Sérgio Eduardo Alonso Araújo, Frederico Ferreira Novaes de Almeida, Pedro Paulo de Paris Caravatto, Rodrigo Blanco Dumarco, Lucas Yugo Shigerara Yamakami, , Tércio Genzini



1. INTRODUÇÃO

A POAC foi descrita em 1948 pelo médico britânico Heneage Ogilvie que relatou dois casos de dilatação progressiva do cólon na ausência de obstrução distal do intestino. Nesses casos, a dilatação do cólon estava relacionada a tumor da medula espinal e desde então vários autores têm relatado casos semelhantes denominando-os “obstrução falsa de cólon”, “obstrução intestinal idiopática” e mais freqüentemente síndrome de Ogilvie.

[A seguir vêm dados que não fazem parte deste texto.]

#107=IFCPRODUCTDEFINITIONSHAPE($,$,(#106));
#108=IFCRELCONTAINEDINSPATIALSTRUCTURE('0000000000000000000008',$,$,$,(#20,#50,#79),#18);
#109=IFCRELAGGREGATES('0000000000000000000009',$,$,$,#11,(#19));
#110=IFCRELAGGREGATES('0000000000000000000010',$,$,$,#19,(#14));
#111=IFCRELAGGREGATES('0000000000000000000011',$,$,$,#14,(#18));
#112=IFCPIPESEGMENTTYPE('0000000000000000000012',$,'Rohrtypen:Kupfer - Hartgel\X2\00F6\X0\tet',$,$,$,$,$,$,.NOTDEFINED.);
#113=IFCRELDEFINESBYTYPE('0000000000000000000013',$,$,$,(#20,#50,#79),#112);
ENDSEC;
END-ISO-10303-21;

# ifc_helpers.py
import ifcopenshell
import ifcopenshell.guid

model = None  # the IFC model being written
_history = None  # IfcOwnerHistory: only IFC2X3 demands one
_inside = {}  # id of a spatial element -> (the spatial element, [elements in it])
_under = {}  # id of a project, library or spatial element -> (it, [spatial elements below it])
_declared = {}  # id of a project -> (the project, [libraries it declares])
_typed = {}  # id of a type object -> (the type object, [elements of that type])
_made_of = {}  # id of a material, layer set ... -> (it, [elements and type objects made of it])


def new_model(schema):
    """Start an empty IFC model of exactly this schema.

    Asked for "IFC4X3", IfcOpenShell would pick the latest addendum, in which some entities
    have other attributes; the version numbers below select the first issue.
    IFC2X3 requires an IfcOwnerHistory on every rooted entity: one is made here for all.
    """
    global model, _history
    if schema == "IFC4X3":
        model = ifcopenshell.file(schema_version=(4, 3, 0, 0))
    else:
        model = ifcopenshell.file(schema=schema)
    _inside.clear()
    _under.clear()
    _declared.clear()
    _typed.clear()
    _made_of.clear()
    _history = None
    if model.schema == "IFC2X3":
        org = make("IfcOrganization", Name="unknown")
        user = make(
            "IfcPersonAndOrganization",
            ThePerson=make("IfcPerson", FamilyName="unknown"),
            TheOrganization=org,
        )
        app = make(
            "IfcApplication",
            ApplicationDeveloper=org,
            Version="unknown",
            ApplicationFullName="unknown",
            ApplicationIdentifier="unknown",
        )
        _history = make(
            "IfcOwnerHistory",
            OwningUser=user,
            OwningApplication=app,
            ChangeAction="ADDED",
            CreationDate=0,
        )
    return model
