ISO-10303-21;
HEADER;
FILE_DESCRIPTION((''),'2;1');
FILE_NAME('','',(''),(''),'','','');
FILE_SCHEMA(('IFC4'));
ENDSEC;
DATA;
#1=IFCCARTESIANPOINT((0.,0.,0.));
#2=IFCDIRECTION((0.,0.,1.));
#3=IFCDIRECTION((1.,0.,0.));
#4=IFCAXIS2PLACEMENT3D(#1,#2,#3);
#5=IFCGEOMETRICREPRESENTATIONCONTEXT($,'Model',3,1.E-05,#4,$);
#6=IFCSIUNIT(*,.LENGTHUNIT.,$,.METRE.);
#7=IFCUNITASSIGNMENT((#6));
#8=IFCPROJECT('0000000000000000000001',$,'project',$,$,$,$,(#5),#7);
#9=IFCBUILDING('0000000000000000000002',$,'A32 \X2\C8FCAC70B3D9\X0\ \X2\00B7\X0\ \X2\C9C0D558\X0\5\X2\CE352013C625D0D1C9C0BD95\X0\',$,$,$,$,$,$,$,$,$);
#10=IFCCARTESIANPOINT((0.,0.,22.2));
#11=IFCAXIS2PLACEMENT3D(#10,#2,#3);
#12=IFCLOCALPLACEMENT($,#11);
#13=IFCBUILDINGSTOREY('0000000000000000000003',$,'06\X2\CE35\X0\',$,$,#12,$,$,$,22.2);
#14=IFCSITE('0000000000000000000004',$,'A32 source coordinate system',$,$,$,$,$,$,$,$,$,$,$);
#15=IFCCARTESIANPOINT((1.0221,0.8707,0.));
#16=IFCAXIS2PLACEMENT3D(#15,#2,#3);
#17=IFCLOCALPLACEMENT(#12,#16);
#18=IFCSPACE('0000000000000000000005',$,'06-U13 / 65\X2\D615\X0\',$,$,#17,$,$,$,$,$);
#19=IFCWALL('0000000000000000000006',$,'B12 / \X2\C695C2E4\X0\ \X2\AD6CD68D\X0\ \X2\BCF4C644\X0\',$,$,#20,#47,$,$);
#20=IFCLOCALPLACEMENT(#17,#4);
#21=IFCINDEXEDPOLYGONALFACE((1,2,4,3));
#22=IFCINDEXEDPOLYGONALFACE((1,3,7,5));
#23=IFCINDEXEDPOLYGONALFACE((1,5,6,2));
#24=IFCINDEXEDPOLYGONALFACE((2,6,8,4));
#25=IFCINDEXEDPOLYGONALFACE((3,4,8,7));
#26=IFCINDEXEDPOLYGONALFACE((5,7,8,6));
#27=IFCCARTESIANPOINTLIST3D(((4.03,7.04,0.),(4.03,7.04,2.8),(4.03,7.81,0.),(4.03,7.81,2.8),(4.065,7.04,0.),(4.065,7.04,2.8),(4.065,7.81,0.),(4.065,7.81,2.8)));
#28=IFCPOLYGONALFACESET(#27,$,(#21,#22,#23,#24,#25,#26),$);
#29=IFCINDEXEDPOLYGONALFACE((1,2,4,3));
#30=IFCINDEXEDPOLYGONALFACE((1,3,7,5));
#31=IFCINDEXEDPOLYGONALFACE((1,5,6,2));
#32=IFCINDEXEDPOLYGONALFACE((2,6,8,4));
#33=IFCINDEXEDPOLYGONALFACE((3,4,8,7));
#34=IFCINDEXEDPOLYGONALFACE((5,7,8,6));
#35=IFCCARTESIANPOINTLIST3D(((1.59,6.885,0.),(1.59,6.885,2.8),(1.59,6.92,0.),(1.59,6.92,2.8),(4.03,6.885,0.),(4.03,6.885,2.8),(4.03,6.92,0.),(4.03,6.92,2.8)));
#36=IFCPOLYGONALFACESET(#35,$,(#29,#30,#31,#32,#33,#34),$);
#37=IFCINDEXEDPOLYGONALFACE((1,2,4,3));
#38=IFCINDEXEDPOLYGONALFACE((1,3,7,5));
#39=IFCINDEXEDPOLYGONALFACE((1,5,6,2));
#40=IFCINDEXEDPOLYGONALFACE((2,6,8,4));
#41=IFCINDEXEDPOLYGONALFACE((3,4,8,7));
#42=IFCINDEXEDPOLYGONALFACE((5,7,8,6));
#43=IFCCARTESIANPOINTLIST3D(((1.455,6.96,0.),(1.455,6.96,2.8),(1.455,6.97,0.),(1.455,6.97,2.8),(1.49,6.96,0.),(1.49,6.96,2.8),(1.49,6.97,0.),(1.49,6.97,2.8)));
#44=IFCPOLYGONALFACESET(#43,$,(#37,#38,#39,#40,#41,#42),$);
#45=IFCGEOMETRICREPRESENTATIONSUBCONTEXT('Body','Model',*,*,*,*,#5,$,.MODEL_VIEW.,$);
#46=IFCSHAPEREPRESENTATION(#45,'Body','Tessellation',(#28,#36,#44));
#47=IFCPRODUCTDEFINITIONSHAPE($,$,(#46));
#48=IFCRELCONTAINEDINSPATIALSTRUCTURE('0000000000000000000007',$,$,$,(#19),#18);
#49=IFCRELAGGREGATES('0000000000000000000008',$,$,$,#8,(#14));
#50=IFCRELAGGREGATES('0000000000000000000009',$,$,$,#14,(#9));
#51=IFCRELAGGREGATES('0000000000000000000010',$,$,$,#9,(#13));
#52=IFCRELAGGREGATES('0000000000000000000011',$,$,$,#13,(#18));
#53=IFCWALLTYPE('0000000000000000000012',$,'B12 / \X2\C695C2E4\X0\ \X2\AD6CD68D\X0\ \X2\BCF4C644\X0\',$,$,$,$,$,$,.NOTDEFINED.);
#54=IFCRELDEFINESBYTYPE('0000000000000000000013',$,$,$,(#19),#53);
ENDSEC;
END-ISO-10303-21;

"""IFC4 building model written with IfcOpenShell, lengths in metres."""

from ifc_helpers import new_model, si_unit, frame, origin, origin_with_axes, place, context, subcontext, project, spatial, polyline, outline, extrude, source, transform, mapped, type_object, type_shapes, element, save


model = new_model("IFC4")

# Units and contexts
model_context = context("Model", 3, precision=1e-05, world=origin_with_axes())
body_context = subcontext(model_context, "Body", "Model", "MODEL_VIEW")
ifc_project = project(units=[si_unit("LENGTHUNIT", "METRE")], contexts=[model_context])

# Site, building, storey, space
storey_placement = place(None, frame((0.0, 0.0, 22.2), z_axis=(0.0, 0.0, 1.0), x_axis=(1.0, 0.0, 0.0)))
space_placement = place(storey_placement, frame((1.0221, 0.8707, 0.0), z_axis=(0.0, 0.0, 1.0), x_axis=(1.0, 0.0, 0.0)))
site = spatial("IfcSite", under=ifc_project, Name="A32 source coordinate system")
building = spatial("IfcBuilding", under=site, Name="A32 주거동 · 지하5층–옥탑지붕")
storey = spatial("IfcBuildingStorey", under=building, at=storey_placement, Name="06층", Elevation=22.2)
space = spatial("IfcSpace", under=storey, at=space_placement, Name="06-U13 / 65형")

# Wall
wall_type_1 = type_object("IfcWallType", Name="B12 / 욕실 구획 보완", PredefinedType="NOTDEFINED")
shared_shape_1 = source(origin(), body_context, "Body", "SweptSolid", [
    extrude(outline(polyline([(4.065, 7.04), (4.03, 7.04), (4.03, 7.81), (4.065, 7.81), (4.065, 7.04)])), origin(), (0.0, 0.0, 1.0), 2.8),
    extrude(outline(polyline([(1.59, 6.92), (4.03, 6.92), (4.03, 6.885), (1.59, 6.885), (1.59, 6.92)])), origin(), (0.0, 0.0, 1.0), 2.8),
    extrude(outline(polyline([(1.455, 6.97), (1.49, 6.97), (1.49, 6.96), (1.455, 6.96), (1.455, 6.97)])), origin(), (0.0, 0.0, 1.0), 2.8),
])
type_shapes(wall_type_1, [shared_shape_1])
wall_1_placement = place(space_placement, origin_with_axes())
element("IfcWall", 1, at=wall_1_placement, inside=space, type_object=wall_type_1, Name="B12 / 욕실 구획 보완", context=body_context, shape_type="MappedRepresentation", body=[
    mapped(shared_shape_1, transform((0.0, 0.0, 0.0), scale=1.0)),
])

save(model, "model.ifc")
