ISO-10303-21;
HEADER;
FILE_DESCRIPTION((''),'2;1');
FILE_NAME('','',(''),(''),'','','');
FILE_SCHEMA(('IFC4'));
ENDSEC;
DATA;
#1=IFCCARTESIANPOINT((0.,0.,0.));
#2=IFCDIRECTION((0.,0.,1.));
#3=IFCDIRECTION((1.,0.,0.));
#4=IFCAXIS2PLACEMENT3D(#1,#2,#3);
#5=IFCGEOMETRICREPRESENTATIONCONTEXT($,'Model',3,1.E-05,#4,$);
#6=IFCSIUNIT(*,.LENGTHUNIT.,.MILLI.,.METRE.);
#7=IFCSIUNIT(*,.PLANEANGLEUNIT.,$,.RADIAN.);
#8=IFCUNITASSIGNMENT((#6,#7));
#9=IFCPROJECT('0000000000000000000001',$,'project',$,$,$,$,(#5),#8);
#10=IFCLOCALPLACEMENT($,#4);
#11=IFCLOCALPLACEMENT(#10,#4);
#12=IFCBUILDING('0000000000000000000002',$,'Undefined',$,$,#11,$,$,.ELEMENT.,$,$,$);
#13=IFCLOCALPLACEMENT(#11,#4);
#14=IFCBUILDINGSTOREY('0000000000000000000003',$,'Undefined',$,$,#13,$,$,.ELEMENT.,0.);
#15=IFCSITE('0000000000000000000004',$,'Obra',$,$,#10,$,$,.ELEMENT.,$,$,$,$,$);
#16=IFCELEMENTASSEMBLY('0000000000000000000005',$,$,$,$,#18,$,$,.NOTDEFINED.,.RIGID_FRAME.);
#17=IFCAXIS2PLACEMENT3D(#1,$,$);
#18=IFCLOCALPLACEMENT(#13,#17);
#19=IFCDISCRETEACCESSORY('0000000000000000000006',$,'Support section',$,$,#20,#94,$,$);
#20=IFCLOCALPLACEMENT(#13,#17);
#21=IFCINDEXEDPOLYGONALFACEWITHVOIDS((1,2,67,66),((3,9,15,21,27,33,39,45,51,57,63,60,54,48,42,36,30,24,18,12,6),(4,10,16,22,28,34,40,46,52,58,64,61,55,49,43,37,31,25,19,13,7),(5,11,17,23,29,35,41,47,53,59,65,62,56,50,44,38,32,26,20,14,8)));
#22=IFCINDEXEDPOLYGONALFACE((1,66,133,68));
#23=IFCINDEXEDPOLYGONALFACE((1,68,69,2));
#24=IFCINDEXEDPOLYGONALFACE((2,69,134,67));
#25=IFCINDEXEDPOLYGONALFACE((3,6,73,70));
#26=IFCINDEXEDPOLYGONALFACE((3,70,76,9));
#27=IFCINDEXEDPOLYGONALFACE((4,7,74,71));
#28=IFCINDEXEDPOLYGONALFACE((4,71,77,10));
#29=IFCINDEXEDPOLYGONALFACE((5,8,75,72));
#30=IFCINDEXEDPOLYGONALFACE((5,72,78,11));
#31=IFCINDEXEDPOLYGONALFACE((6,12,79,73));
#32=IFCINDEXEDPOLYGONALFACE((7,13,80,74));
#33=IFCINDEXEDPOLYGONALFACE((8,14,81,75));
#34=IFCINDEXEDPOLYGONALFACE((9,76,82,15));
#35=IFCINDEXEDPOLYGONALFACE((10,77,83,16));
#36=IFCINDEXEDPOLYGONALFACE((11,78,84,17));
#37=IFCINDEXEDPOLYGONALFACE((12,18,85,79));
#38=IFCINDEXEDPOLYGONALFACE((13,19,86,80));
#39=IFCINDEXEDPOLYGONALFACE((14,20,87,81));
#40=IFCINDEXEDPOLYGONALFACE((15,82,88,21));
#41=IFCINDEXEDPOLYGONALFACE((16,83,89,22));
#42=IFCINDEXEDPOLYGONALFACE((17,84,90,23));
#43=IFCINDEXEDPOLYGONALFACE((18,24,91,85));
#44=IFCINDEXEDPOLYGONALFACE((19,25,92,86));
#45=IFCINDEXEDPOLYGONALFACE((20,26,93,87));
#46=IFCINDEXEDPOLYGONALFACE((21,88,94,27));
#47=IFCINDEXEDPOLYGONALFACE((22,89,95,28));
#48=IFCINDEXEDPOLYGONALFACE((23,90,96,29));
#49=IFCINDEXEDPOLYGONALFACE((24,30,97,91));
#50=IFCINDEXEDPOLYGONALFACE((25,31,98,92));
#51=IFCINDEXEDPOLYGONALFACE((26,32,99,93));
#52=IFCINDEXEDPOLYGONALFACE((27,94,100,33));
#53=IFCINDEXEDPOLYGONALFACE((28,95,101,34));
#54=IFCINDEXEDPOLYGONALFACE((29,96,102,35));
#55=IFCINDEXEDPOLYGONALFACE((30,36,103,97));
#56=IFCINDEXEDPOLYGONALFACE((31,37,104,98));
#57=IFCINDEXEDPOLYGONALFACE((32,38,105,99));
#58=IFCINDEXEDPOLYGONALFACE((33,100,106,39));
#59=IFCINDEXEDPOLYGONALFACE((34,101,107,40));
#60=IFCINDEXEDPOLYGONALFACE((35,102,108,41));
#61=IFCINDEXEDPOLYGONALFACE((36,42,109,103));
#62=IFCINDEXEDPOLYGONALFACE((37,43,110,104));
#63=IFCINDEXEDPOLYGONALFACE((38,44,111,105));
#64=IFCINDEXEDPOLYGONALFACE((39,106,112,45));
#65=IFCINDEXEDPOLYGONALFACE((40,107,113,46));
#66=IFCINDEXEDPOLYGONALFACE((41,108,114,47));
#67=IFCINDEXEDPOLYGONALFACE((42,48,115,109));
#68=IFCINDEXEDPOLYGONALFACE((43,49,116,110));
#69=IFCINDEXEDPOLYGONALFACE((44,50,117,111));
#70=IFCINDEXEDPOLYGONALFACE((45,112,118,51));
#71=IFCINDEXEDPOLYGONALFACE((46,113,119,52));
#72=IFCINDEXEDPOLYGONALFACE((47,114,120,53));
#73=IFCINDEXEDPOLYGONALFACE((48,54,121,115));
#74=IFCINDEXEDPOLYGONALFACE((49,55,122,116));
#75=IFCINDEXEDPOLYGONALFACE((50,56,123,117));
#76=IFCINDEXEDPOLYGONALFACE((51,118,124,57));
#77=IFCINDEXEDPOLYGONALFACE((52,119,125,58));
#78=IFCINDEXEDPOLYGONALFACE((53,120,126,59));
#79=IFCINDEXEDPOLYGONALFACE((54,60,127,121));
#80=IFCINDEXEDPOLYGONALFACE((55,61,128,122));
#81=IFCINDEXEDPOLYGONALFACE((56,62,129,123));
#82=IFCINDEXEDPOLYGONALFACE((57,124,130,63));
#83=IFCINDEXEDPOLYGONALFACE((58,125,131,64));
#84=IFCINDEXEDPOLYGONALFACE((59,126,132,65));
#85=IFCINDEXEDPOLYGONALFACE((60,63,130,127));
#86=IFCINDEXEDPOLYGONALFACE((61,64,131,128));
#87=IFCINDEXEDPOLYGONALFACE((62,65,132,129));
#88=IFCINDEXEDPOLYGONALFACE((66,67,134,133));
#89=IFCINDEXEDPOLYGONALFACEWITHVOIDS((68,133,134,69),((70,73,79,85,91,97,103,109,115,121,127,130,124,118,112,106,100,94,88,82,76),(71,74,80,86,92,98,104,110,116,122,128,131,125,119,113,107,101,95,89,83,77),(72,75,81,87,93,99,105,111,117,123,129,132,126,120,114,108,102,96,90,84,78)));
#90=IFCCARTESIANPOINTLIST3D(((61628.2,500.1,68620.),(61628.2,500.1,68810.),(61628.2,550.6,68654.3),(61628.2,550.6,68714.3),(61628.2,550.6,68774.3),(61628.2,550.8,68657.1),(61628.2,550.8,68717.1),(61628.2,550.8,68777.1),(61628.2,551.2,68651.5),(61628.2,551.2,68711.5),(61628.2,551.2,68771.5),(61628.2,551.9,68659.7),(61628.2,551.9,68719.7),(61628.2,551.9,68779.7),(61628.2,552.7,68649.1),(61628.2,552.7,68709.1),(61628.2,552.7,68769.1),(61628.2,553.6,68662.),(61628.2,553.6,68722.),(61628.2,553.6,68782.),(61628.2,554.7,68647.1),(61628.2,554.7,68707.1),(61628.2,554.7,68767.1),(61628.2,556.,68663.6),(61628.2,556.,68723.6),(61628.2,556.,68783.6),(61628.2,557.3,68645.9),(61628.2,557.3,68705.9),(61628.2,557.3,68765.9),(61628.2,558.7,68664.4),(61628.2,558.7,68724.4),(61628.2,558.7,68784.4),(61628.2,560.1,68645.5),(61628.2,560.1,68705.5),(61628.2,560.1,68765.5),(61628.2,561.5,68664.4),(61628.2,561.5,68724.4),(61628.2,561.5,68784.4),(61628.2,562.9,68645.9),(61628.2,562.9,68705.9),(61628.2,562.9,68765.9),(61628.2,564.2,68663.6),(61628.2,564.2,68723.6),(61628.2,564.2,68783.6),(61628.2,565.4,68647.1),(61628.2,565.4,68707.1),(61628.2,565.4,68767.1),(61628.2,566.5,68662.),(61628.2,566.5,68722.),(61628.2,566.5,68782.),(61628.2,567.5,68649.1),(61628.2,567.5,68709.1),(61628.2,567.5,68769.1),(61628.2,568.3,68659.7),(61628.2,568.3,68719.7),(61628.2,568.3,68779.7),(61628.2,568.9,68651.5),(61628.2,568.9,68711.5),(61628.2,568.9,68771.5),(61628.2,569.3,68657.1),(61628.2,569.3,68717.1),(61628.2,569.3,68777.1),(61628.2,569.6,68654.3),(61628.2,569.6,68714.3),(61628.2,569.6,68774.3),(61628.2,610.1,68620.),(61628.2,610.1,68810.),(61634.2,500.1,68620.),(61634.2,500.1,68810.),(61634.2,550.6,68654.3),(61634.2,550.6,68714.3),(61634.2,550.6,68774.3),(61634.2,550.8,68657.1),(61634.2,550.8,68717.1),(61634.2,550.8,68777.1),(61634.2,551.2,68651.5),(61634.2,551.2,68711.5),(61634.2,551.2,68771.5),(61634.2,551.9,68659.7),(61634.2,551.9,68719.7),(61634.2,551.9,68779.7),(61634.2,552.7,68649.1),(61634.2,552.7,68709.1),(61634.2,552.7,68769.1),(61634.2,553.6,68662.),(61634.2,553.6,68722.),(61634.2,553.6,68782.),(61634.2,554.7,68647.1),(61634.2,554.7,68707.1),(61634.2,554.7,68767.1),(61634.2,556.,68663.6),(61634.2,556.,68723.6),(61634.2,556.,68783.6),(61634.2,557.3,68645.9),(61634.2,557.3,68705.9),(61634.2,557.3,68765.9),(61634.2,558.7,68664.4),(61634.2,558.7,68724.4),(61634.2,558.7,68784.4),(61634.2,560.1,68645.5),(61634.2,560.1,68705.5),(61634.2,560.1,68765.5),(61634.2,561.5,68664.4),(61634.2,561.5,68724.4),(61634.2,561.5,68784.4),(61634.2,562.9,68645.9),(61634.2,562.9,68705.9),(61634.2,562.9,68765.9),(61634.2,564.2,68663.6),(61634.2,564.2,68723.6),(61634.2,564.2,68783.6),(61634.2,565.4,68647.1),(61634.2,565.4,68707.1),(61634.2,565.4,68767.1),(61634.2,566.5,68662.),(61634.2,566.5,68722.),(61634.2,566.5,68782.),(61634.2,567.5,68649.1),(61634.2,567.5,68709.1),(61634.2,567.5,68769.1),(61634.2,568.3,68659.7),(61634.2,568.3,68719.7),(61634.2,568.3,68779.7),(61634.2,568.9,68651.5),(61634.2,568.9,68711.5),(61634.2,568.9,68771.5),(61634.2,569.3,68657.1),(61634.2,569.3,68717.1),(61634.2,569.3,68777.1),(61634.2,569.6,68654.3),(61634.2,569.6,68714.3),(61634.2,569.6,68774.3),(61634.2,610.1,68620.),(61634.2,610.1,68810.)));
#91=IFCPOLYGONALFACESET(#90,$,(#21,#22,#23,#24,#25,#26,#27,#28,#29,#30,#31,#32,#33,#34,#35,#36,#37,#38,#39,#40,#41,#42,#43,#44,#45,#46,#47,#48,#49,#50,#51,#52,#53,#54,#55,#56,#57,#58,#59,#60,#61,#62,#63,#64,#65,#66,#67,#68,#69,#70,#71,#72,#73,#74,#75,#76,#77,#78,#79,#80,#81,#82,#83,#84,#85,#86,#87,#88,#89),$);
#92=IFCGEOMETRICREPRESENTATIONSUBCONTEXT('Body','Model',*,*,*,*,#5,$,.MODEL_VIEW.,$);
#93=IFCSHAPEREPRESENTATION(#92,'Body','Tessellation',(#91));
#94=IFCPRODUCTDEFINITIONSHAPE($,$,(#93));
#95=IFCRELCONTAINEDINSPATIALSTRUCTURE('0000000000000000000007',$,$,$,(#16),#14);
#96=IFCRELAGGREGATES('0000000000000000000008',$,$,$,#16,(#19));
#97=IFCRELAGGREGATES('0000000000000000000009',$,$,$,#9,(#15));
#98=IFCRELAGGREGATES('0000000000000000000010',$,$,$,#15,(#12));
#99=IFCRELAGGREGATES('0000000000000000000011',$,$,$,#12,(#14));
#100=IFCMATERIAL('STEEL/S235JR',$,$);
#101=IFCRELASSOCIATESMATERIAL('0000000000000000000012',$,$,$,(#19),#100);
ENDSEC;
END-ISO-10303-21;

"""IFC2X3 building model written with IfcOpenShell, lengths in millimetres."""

from ifc_helpers import new_model, si_unit, frame, origin_with_axes, origin_2d_with_axis, place, context, subcontext, project, spatial, rectangle, circle, extrude, source, transform, mapped, material, element, aggregate, save


model = new_model("IFC2X3")

# Units and contexts
model_context = context("Model", 3, precision=1e-05, world=origin_with_axes())
body_context = subcontext(model_context, "Body", "Model", "MODEL_VIEW")
ifc_project = project(units=[si_unit("LENGTHUNIT", "METRE", prefix="MILLI"), si_unit("PLANEANGLEUNIT", "RADIAN")], contexts=[model_context])

# Site, building, storey
site_placement = place(None, origin_with_axes())
site = spatial("IfcSite", under=ifc_project, at=site_placement, Name="Obra", CompositionType="ELEMENT")
building_placement = place(site_placement, origin_with_axes())
building = spatial("IfcBuilding", under=site, at=building_placement, Name="Undefined", CompositionType="ELEMENT")
storey_placement = place(building_placement, origin_with_axes())
storey = spatial("IfcBuildingStorey", under=building, at=storey_placement, Name="Undefined", CompositionType="ELEMENT", Elevation=0.0)

# Element assembly
ifc_material = material(Name="STEEL/S235JR")
assembly_1_placement = place(storey_placement, origin_with_axes())
assembly_1 = element("IfcElementAssembly", 1, at=assembly_1_placement, inside=storey, AssemblyPlace="NOTDEFINED", PredefinedType="RIGID_FRAME")

# Discrete accessory, opening
shared_shape_1 = source(origin_with_axes(), body_context, "Body", "SweptSolid", [
    extrude(circle(Radius=9.5, at=origin_2d_with_axis()), frame((0.0, -9.2, 0.0), z_axis=(0.0, 1.0, 0.0), x_axis=(1.0, 0.0, 0.0)), (0.0, 0.0, 1.0), 6.2),
])
discrete_accessory_1_placement = place(assembly_1_placement, frame((61631.2, 555.1, 68620.0), z_axis=(0.0, 0.0, 1.0), x_axis=(0.000002, -1.0, 0.0)))
discrete_accessory_1 = element("IfcDiscreteAccessory", 2, at=discrete_accessory_1_placement, material=ifc_material, Name="Support section", context=body_context, shape_type="SweptSolid", body=[
    extrude(rectangle(XDim=6.0, YDim=110.0, at=origin_2d_with_axis()), frame((0.0, 0.0, 190.0), z_axis=(0.0, 0.0, -1.0), x_axis=(0.0, 1.0, 0.0)), (0.0, 0.0, 1.0), 190.0),
])
opening_1_placement = place(assembly_1_placement, frame((61625.1, 510.1, 68835.0), z_axis=(-0.000002, 1.0, 0.0), x_axis=(0.0, 0.0, -1.0)))
element("IfcOpeningElement", 3, at=opening_1_placement, cuts=discrete_accessory_1, ObjectType="Opening", context=body_context, shape_type="MappedRepresentation", body=[
    mapped(shared_shape_1, transform((60.0, 0.0, 50.0))),
    mapped(shared_shape_1, transform((120.0, 0.0, 50.0))),
    mapped(shared_shape_1, transform((180.0, 0.0, 50.0))),
])
aggregate(assembly_1, [discrete_accessory_1])

save(model, "model.ifc")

A POAC é caracterizada por dilatação colônica maciça com achados clínicos e radiológicos similares aos observados na obstrução mecânica do cólon, embora nenhum processo orgânico possa ser detectado. A dificuldade em conduzir uma investigação diagnóstica rápida e eficaz no sentido de se excluir a presença de obstrução mecânica aguda bem como as controvérsias que persistem sobre a melhor forma de tratar a POAC podem conduzir a algum retardo na instituição da terapêutica. Tal atraso na conduta favorece a ocorrência de perfuração intestinal e resulta em significativo aumento da mortalidade específica. Complicações associadas à POAC como a isquemia e perfuração têm freqüência estimada em 10% e em até 15% dos casos, respectivamente, acarretando mortalidade de até 75%. Daí a necessidade de realizar diagnóstico precoce e instituir tratamento adequado.

INCIDÊNCIA

A POAC constitui complicação de outra entidade clínica em aproximadamente 80% dos pacientes e em poucos casos ocorre isolada, sendo então chamada de idiopática. Está comumente associada a distúrbios extra-colônicos ou extra-abdominais (distúrbios metabólicos, período pós-operatório, síndromes pós-trauma etc). Segundo Nanni e cols., as afecções mais comumentes associadas à POAC são: cirurgia ortopédica e trauma em 66%; e malignidade e septicemia em 34% dos casos.

FISIOPATOLOGIA

Em 1948, Ogilvie sugeriu que a dilatação intestinal observada representasse desbalanço entre a ação nervosa simpática e parassimpática no cólon como resultado do envolvimento do plexo celíaco espinal pelo tumor descrito em seus dois casos. Segundo ele, a estimulação parassimpática aumentada e sem oposição como resultado do comprometimento simpático por infiltração tumoral acarretaria peristalse cólica excessiva e descoordenada levando a quadro obstrutivo por espasmo dos segmentos cólicos mais distais.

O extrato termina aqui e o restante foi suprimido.